В начале декабря государь снова захворал, и притом так, что 6 декабря, в день своего тезоименитства, не мог даже присутствовать у обедни. 7-го он отважился выехать, но от этого выезда еще более разнемогся. Сделался род катаральной болезни, сопряженной с расстройством желчного отделения, и недуг тотчас принял характер если еще не совершенно опасный, то, по крайней мере, очень серьезный. Государь, как в предшедшую зиму, не был в силах никого принимать и должен был бросить все дела; несмотря на то, его никак не могли уложить в постель. Хотя с поникшей головой и в большой слабости, он постоянно оставался в креслах, в сюртуке, даже в галстуке, и притом не в обыкновенном своем кабинете в верхнем этаже Зимнего дворца, а в одной небольшой комнате из числа бывших великой княгини Ольги Николаевны, с тремя окнами, каждым как ворота, двумя дверьми и еще камином.
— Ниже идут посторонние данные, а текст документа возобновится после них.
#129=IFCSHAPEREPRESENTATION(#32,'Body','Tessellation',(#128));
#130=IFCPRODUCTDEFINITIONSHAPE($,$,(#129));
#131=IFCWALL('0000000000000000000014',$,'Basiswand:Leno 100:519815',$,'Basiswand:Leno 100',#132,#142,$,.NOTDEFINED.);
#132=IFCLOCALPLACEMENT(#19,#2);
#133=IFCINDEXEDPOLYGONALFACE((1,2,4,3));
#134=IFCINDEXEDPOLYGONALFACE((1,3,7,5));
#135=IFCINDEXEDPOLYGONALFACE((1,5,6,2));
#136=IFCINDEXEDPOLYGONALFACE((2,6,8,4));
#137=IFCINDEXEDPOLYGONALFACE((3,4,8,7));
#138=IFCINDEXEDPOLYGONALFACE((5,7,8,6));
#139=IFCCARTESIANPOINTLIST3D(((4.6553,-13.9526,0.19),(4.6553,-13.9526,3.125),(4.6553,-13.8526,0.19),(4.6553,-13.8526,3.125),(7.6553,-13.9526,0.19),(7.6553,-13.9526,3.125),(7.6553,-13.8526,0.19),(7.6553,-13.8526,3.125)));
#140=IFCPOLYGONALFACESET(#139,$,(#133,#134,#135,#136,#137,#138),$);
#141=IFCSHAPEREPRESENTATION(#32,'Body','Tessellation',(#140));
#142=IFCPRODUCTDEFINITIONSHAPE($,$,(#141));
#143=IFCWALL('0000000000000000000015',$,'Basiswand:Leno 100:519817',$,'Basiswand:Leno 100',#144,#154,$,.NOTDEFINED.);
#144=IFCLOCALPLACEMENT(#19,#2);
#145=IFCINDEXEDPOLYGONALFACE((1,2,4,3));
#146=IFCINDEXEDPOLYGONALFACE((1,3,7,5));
В эту комнату, в нижнем этаже дворца, побудила государя перебраться нежная его деликатность, чтобы не заставлять Мандта, у которого в то время болела нога, беспрестанно подниматься к нему наверх.
Только с 15 декабря, когда у больного открылся сильный пот, его уговорили лечь в постель. В эту болезнь, как и во все прежние, масса публики знала о ней только по городским слухам; но, по крайней мере, для всех, имевших доступ во дворец, в этот раз выкладываем был в передней ежедневный бюллетень. К последним дням года здоровье государя стало ощутительно поправляться; но, вступив снова в дела, он все еще не мог не только выезжать, но и оставлять своей комнаты. 29 декабря я был позван обедать к императрице, в домашнем и самом маленьком кругу; государь, однако же, и тут ни к столу, ни после не показывался.